BEGIN Records to process

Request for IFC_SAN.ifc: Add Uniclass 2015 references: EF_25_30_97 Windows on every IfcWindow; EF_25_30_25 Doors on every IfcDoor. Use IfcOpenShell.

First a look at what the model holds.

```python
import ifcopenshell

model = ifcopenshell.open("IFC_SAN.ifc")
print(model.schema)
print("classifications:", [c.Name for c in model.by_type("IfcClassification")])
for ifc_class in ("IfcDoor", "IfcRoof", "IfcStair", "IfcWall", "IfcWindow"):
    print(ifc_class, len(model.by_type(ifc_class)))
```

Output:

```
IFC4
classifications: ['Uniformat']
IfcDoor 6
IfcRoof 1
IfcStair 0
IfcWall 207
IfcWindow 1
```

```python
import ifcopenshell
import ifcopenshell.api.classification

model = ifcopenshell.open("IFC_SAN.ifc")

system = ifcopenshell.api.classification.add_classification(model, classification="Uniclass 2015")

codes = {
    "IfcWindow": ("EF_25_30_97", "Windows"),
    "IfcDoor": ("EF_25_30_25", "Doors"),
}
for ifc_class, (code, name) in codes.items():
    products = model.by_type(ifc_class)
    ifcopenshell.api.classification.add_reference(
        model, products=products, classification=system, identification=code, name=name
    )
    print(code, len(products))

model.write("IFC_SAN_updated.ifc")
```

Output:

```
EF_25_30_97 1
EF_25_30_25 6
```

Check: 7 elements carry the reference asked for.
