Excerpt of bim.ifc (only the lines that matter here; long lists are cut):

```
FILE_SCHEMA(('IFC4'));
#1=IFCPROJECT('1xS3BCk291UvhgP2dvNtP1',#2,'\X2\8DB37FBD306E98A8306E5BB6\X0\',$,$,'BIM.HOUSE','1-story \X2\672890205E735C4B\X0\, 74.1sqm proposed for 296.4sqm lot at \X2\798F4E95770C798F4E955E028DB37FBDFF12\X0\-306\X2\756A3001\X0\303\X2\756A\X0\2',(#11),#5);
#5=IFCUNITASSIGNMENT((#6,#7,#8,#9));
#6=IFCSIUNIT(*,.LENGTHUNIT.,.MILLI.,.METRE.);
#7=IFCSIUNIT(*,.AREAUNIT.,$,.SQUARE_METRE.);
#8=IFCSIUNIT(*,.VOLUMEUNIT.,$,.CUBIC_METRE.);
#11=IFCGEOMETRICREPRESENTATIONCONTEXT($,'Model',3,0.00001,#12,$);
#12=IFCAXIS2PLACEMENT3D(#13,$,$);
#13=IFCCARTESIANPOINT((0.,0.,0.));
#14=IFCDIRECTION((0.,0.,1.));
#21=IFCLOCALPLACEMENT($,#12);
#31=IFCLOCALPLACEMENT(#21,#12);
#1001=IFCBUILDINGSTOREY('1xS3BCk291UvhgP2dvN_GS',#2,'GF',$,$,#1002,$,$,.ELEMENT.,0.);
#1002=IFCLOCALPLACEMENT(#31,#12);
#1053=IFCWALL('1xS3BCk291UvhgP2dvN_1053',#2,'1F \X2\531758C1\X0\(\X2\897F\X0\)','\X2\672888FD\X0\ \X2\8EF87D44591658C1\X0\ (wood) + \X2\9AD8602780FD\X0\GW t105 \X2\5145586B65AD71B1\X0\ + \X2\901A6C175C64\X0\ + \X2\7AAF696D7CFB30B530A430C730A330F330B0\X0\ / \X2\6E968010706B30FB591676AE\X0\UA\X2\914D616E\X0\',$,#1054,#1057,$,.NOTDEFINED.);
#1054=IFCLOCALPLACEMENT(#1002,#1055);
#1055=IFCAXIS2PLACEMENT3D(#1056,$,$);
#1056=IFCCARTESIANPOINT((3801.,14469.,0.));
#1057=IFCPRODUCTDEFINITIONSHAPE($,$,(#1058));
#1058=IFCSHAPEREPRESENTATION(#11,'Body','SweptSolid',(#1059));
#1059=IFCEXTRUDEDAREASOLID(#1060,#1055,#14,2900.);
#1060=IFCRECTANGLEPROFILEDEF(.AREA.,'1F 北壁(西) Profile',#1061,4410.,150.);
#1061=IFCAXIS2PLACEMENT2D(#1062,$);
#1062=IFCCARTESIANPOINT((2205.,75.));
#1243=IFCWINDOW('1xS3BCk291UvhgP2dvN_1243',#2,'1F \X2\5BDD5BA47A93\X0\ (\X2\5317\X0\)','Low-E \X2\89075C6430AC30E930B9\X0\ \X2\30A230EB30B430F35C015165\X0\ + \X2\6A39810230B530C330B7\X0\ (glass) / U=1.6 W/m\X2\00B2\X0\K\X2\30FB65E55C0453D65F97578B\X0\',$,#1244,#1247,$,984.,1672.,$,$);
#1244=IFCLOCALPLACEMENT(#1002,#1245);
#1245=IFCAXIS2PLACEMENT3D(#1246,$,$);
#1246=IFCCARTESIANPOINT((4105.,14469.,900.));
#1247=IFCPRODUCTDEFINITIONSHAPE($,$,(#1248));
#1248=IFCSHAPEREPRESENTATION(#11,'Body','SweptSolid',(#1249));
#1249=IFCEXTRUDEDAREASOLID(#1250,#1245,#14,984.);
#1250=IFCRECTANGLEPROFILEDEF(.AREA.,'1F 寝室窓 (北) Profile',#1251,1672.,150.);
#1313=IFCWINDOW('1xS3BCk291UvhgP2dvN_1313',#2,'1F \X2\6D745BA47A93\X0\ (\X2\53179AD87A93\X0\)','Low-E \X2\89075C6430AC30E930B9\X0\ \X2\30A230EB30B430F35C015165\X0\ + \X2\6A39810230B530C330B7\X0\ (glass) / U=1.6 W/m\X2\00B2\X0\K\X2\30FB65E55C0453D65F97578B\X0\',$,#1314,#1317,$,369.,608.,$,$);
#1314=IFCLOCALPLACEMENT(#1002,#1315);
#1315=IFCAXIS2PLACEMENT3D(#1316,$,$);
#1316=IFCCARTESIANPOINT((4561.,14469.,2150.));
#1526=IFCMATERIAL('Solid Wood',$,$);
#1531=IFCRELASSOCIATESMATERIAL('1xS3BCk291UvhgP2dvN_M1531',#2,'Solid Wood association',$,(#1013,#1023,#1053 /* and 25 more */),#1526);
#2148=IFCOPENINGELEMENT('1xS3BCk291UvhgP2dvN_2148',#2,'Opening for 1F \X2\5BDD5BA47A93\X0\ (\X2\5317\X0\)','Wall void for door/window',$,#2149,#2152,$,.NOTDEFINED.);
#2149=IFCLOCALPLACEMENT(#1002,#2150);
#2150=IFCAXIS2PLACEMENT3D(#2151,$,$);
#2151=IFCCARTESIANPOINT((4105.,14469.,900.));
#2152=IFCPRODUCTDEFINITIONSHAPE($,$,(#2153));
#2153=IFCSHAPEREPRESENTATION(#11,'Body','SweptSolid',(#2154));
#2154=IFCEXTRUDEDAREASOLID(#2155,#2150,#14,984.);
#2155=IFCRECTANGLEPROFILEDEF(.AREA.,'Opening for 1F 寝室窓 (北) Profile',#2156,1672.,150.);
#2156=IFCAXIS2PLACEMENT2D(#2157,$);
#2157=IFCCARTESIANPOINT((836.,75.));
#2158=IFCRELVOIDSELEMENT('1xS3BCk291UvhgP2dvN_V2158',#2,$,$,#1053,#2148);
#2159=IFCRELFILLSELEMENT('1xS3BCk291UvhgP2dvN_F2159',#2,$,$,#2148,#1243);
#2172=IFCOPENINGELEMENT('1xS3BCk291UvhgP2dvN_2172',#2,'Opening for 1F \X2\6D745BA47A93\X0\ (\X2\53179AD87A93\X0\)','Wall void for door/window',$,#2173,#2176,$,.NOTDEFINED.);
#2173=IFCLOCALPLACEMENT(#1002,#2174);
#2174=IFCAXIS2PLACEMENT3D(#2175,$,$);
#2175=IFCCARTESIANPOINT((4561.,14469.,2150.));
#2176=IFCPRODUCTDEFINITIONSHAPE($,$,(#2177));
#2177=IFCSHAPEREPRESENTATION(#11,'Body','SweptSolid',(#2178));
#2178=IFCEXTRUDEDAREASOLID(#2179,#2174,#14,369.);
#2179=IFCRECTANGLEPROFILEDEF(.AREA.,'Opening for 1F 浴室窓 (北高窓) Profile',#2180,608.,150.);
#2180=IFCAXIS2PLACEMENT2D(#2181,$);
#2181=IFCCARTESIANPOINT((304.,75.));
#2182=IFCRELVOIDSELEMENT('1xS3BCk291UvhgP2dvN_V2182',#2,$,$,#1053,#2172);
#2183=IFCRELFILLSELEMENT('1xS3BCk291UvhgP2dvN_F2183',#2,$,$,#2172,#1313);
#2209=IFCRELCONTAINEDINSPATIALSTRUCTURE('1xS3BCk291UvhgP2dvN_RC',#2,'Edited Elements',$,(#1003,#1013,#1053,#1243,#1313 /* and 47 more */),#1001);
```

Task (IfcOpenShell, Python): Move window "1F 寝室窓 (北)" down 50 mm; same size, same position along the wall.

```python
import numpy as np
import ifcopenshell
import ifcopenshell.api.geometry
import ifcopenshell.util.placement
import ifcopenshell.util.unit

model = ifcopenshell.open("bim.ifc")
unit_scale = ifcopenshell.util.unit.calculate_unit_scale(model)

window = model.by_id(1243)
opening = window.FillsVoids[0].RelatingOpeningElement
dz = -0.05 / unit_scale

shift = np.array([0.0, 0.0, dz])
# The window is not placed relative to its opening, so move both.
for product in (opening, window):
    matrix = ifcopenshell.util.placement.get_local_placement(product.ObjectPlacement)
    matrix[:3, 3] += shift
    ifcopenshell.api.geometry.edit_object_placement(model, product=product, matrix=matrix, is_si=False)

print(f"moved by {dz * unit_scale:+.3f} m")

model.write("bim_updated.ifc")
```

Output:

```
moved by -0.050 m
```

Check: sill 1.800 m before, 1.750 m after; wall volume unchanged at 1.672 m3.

END Records to process

What you should do: Using the records above, work out the number of lines that contain "SweptSolid" and write only that number.

Expected output: 4